2. The method of claim 1, wherein the pre-loaded tabular data is loaded into the AFCS by a pilot of the aircraft.

3. The method of claim 1, wherein the pre-loaded tabular data is loaded in to the AFCS by an installer of the AFCS.

4. The method of claim 1, wherein the aircraft comprises a normally-aspirated piston aircraft.

5. The method of claim 1, wherein the pre-loaded tabular data comprises one or more additional threshold altitudes, along with one or more further reduced vertical speeds corresponding to each of the one or more additional threshold altitudes.

6. The method of claim 5, further comprising monitoring for the one or more additional threshold altitudes, and, upon reaching such one or more additional threshold altitudes, further reducing the vertical speed of the aircraft.

7. The method of claim 1, wherein the pre-loaded tabular data is selected with altitude and vertical speed values to prevent an aerodynamic stall of the aircraft.

8. The method of claim 1, wherein the user retains the ability to override any automated actions of the AFCS.

9. The method of claim 1, wherein the AFCS comprises an aural or visual indication that a vertical speed mode is activated.

10. The method of claim 1, wherein the mechanical servo is coupled with a horizontal flight control surface of the aircraft.

11. An automated flight control system (AFCS) that automatically controls the vertical speed of an aircraft during a climb from a first altitude to a second altitude greater than the first altitude, wherein the AFCS is configured to:

receive an input to climb to the second altitude at a first vertical speed;

based on the input, send an electronic signal from the AFCS to a mechanical servo of the aircraft to cause the aircraft to climb at the first vertical speed;

automatically and without user input, determine a threshold altitude based on pre-loaded tabular data, wherein the threshold altitude is above the first altitude but below the second altitude, and further determine a reduced vertical speed associated with the threshold altitude, wherein the reduced vertical speed is less than the first vertical speed;

automatically and electronically monitor the altitude of the aircraft as is climbs at the first vertical speed from the first altitude towards the threshold altitude, wherein said monitoring is performed using a barometric pressure-based altitude sensor or external aircraft altimeter or air data computer; and

upon reaching the threshold altitude, automatically and without user input, send an electronic signal from the AFCS to the mechanical servo of the aircraft to cause the aircraft to climb at the reduced vertical speed.

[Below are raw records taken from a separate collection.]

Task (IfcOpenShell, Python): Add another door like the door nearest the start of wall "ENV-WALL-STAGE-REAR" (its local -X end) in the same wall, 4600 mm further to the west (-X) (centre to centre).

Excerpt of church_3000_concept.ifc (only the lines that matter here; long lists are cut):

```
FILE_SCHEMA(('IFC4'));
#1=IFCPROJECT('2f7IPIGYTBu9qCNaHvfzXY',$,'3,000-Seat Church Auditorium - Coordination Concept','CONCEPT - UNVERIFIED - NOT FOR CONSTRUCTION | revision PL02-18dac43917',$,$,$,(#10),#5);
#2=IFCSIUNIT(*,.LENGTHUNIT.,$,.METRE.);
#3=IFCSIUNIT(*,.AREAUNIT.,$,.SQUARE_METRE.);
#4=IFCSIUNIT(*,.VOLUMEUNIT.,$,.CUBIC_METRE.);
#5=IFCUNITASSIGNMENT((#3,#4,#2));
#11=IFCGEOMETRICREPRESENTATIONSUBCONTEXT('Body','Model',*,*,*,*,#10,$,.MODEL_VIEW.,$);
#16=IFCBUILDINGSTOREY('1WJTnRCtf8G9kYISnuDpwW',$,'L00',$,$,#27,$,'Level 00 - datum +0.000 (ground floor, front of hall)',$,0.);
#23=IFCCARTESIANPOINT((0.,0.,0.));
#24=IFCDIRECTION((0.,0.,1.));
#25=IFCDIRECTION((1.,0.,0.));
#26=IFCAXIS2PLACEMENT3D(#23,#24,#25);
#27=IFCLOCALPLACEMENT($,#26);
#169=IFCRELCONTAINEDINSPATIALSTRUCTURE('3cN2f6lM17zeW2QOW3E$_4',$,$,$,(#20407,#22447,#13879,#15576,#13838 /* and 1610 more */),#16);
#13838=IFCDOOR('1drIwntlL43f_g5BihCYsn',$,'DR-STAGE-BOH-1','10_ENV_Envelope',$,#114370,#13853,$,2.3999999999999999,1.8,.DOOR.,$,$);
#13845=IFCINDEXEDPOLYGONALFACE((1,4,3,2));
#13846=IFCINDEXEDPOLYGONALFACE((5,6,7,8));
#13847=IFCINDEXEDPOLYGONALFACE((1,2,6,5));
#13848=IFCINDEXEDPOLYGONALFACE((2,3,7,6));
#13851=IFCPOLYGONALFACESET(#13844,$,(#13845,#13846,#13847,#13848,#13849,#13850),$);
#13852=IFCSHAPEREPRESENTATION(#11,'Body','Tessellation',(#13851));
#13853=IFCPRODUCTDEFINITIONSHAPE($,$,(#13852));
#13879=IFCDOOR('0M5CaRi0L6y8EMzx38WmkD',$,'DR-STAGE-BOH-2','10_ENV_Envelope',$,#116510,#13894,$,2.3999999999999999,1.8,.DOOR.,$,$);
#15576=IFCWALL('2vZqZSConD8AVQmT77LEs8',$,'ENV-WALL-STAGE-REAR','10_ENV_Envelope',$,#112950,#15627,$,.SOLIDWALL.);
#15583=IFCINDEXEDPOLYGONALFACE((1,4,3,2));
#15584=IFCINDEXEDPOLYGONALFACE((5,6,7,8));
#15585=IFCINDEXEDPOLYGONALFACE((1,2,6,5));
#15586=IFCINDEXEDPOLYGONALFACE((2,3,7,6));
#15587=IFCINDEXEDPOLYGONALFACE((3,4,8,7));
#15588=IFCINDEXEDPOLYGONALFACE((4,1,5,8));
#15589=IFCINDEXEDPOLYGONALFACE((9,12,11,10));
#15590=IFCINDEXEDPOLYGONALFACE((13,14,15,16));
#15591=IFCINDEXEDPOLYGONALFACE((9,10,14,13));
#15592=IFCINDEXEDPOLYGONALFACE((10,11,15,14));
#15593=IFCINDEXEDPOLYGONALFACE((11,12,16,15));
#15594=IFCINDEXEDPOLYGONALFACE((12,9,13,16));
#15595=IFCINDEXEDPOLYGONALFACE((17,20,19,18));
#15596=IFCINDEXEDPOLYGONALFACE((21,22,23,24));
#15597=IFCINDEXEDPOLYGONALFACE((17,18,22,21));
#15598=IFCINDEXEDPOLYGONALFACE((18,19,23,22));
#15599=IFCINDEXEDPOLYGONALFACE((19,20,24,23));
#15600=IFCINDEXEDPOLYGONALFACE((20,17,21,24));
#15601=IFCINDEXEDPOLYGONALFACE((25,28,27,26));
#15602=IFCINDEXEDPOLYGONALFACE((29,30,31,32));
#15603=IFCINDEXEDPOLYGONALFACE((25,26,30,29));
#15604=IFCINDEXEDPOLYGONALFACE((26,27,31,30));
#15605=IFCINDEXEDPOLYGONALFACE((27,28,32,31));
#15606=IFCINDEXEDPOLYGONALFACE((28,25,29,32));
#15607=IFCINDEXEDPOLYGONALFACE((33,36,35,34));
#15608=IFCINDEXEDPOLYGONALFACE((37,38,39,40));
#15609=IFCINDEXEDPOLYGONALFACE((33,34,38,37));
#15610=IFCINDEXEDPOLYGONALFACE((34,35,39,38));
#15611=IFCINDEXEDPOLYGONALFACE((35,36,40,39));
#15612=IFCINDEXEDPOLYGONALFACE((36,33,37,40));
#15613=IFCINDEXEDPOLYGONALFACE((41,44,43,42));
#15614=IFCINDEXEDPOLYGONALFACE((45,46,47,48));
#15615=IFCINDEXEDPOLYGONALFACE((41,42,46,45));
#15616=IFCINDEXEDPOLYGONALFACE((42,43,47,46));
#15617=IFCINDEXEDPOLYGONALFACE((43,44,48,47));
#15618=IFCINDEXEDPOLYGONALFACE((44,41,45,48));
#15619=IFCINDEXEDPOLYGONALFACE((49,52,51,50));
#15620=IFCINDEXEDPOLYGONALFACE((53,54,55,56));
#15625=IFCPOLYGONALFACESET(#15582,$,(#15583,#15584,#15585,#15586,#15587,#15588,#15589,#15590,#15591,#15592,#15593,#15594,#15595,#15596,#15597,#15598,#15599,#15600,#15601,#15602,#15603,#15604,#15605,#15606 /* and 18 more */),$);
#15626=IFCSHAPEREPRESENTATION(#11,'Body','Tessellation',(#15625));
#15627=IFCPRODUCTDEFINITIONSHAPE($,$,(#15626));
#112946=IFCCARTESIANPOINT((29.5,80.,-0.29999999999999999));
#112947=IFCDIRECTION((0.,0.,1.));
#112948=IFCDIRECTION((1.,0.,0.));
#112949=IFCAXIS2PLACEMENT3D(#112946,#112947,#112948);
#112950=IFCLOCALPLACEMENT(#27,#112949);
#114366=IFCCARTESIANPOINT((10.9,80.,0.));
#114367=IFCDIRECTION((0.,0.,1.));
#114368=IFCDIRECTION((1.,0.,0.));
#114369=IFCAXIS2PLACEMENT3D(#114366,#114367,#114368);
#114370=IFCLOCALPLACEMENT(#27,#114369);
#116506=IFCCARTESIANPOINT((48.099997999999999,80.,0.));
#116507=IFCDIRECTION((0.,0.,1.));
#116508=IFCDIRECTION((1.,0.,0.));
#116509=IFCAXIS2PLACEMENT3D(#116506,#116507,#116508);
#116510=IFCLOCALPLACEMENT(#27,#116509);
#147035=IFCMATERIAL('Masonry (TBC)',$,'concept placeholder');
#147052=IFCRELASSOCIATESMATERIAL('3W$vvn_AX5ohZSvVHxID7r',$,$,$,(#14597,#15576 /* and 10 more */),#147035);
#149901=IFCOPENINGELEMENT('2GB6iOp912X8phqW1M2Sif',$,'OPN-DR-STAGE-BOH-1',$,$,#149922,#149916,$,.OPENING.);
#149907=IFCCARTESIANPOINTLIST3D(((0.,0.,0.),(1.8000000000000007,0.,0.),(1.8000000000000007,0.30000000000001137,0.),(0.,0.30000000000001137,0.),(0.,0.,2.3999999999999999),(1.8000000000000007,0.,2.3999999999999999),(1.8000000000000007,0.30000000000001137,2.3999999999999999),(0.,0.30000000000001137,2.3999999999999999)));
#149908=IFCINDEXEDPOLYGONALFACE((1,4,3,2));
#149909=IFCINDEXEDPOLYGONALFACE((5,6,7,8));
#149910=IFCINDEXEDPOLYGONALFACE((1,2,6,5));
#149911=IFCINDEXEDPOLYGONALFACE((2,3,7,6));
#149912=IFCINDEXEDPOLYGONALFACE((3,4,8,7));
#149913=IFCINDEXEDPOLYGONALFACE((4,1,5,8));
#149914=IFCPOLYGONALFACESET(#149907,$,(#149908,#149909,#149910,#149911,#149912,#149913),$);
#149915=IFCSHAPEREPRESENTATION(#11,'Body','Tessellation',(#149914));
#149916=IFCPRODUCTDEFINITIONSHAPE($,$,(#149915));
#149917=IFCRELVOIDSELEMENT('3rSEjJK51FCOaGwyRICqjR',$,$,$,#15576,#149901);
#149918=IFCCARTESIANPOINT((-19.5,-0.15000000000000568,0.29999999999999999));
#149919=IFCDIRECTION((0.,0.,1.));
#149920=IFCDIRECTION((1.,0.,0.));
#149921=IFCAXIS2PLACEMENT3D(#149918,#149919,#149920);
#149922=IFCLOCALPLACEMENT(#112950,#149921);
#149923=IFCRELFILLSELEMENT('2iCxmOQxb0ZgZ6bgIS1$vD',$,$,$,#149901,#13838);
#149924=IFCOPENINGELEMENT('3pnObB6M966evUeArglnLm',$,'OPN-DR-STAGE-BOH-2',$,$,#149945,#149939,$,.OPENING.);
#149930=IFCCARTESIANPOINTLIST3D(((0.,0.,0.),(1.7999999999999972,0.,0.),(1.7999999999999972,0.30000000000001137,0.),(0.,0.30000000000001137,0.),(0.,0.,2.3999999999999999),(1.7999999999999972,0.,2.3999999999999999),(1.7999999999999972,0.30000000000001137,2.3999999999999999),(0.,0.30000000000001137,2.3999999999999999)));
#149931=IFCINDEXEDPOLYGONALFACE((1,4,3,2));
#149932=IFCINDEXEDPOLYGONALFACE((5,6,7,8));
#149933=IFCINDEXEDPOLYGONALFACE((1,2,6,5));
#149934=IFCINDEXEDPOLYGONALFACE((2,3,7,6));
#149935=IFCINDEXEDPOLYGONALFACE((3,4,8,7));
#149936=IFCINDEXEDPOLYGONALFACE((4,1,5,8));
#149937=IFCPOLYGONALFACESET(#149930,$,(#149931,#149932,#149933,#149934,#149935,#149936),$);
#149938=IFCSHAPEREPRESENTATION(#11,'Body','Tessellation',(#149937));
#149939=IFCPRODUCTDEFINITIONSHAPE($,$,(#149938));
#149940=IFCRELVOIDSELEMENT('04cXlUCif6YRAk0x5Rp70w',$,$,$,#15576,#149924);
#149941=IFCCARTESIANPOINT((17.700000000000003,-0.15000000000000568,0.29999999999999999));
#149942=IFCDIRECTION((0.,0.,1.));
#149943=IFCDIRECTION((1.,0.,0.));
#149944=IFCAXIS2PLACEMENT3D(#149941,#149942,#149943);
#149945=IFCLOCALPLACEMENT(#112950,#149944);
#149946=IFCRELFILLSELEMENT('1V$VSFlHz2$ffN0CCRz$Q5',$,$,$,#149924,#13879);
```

```python
import ifcopenshell
import ifcopenshell.api.feature
import ifcopenshell.api.geometry
import ifcopenshell.api.root
import ifcopenshell.geom
import ifcopenshell.util.element
import ifcopenshell.util.placement
import ifcopenshell.util.shape

model = ifcopenshell.open("church_3000_concept.ifc")
settings = ifcopenshell.geom.settings()


def volume(element):
    """Net volume in cubic metres, openings subtracted."""
    shape = ifcopenshell.geom.create_shape(settings, element)
    return ifcopenshell.util.shape.get_volume(shape.geometry)


door = model.by_guid("1drIwntlL43f_g5BihCYsn")
opening = door.FillsVoids[0].RelatingOpeningElement
wall = opening.VoidsElements[0].RelatingBuildingElement
before = volume(wall)
shift = ifcopenshell.util.placement.get_local_placement(wall.ObjectPlacement)[:3, 0] * -4.6

# copy_class copies the void relationship, type, container and properties, but no geometry.
new_opening = ifcopenshell.api.root.copy_class(model, product=opening)
new_opening.Representation = ifcopenshell.util.element.copy_deep(
    model, opening.Representation, exclude=["IfcGeometricRepresentationContext", "IfcRepresentationMap"]
)
new_door = ifcopenshell.api.root.copy_class(model, product=door)
new_door.Representation = ifcopenshell.util.element.copy_deep(
    model, door.Representation, exclude=["IfcGeometricRepresentationContext", "IfcRepresentationMap"]
)
ifcopenshell.api.feature.add_filling(model, opening=new_opening, element=new_door)

for old, new in ((opening, new_opening), (door, new_door)):
    matrix = ifcopenshell.util.placement.get_local_placement(old.ObjectPlacement)
    matrix[:3, 3] += shift
    ifcopenshell.api.geometry.edit_object_placement(model, product=new, matrix=matrix, is_si=False)

after = volume(wall)

print(f"wall volume {before:.3f} -> {after:.3f} m3")

model.write("church_3000_concept-out.ifc")
```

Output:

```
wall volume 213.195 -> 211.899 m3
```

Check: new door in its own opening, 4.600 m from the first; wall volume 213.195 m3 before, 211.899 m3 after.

12. The AFCS of claim 11, wherein the pre-loaded tabular data is loaded into the AFCS by a pilot of the aircraft.

13. The AFCS of claim 11, wherein the pre-loaded tabular data is loaded in to the AFCS by an installer of the AFCS.

14. The AFCS of claim 11, wherein the aircraft comprises a normally-aspirated piston aircraft.

15. The AFCS of claim 11, wherein the pre-loaded tabular data comprises one or more additional threshold altitudes, along with one or more further reduced vertical speeds corresponding to each of the one or more additional threshold altitudes.

16. The AFCS of claim 15, wherein the AFCS is further configured to monitor for the one or more additional threshold altitudes, and, upon reaching such one or more additional threshold altitudes, to further reduce the vertical speed of the aircraft.

17. The AFCS of claim 11, wherein the pre-loaded tabular data is selected with altitude and vertical speed values to prevent an aerodynamic stall of the aircraft.

18. The AFCS of claim 11, wherein the user retains the ability to override any automated actions of the AFCS.

19. The AFCS of claim 11, wherein the AFCS comprises an aural or visual indication that a vertical speed mode is activated.

20. The AFCS of claim 11, wherein the mechanical servo is coupled with a horizontal flight control surface of the aircraft.